È tempo di riflessioni, e di discussioni, sul tema dell'immigrazione. La questione è complessa: politica, economica, legale. E qui non voglio aggiungere nulla ai tanti importanti argomenti che è giusto considerare a questo proposito.
Mi preme però molto il punto di vista dei piccoli.

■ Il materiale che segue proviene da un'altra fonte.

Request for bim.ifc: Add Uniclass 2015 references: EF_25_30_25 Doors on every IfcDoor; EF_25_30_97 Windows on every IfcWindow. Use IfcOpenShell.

First a look at what the model holds.

```python
import ifcopenshell

model = ifcopenshell.open("bim.ifc")
print(model.schema)
print("classifications:", [c.Name for c in model.by_type("IfcClassification")])
for ifc_class in ("IfcDoor", "IfcRoof", "IfcStair", "IfcWall", "IfcWindow"):
    print(ifc_class, len(model.by_type(ifc_class)))
```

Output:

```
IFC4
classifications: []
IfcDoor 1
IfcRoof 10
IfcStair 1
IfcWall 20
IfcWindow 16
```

```python
import ifcopenshell
import ifcopenshell.api.classification

model = ifcopenshell.open("bim.ifc")

system = ifcopenshell.api.classification.add_classification(model, classification="Uniclass 2015")

codes = {
    "IfcDoor": ("EF_25_30_25", "Doors"),
    "IfcWindow": ("EF_25_30_97", "Windows"),
}
for ifc_class, (code, name) in codes.items():
    products = model.by_type(ifc_class)
    ifcopenshell.api.classification.add_reference(
        model, products=products, classification=system, identification=code, name=name
    )
    print(code, len(products))

model.write("bim_rev.ifc")
```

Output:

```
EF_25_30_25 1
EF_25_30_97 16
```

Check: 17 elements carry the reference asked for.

Un amico di 5 anni di scuola elementare di mia figlia, da poche settimane alle medie, non ha proseguito la scuola con lei. È tornato in Colombia. Ha descritto a mia figlia com'è la cittadina in cui vive la nonna, che lui per anni andava a trovare d'estate, ripassando lo spagnolo. Ora la sua famiglia non ha più lavoro, qui, dopo sette anni di impegno onesto. Perciò tornano laggiù, in una cittadina che a me, raccontata da mia figlia, è sembrata una delle tante tristi cittadine di provincia di certi documentari sui Paesi poveri.
Ma a mia figlia no. Dice che dev'essere un posto molto bello, perché tutte le volte che tornava a scuola, in questi cinque anni, il suo amico era triste di aver lasciato laggiù amici con i quali faceva il bagno nel fiume tutti i giorni, pescava i lucci e dormiva sotto le stelle.
Poi, andandosene ogni fine anno, lo stesso bambino era triste di lasciare qui i suoi amici, con i quali faceva tutt'altre cose. Insomma: un piccolo ereo dei due mondi.
Noi stiamo a discutere di molte questioni importanti e delicate. Intanto i bambini, per fortuna, fanno di tanti mondi il loro mondo. Mentre noi costruiamo muri, loro vivono in rete: contemporaneamente in più luoghi.
Lavoro in tutto il mondo. Amici in tutto il mondo. Vita in tutto il mondo. Perché, misteriosamente, tutti noi, se ci proviamo, scopriamo di essere fatti proprio per questo: per abitare tutto il mondo.
Io non so spiegarlo meglio. Mia figlia, vostra figlia lo sa. Punto.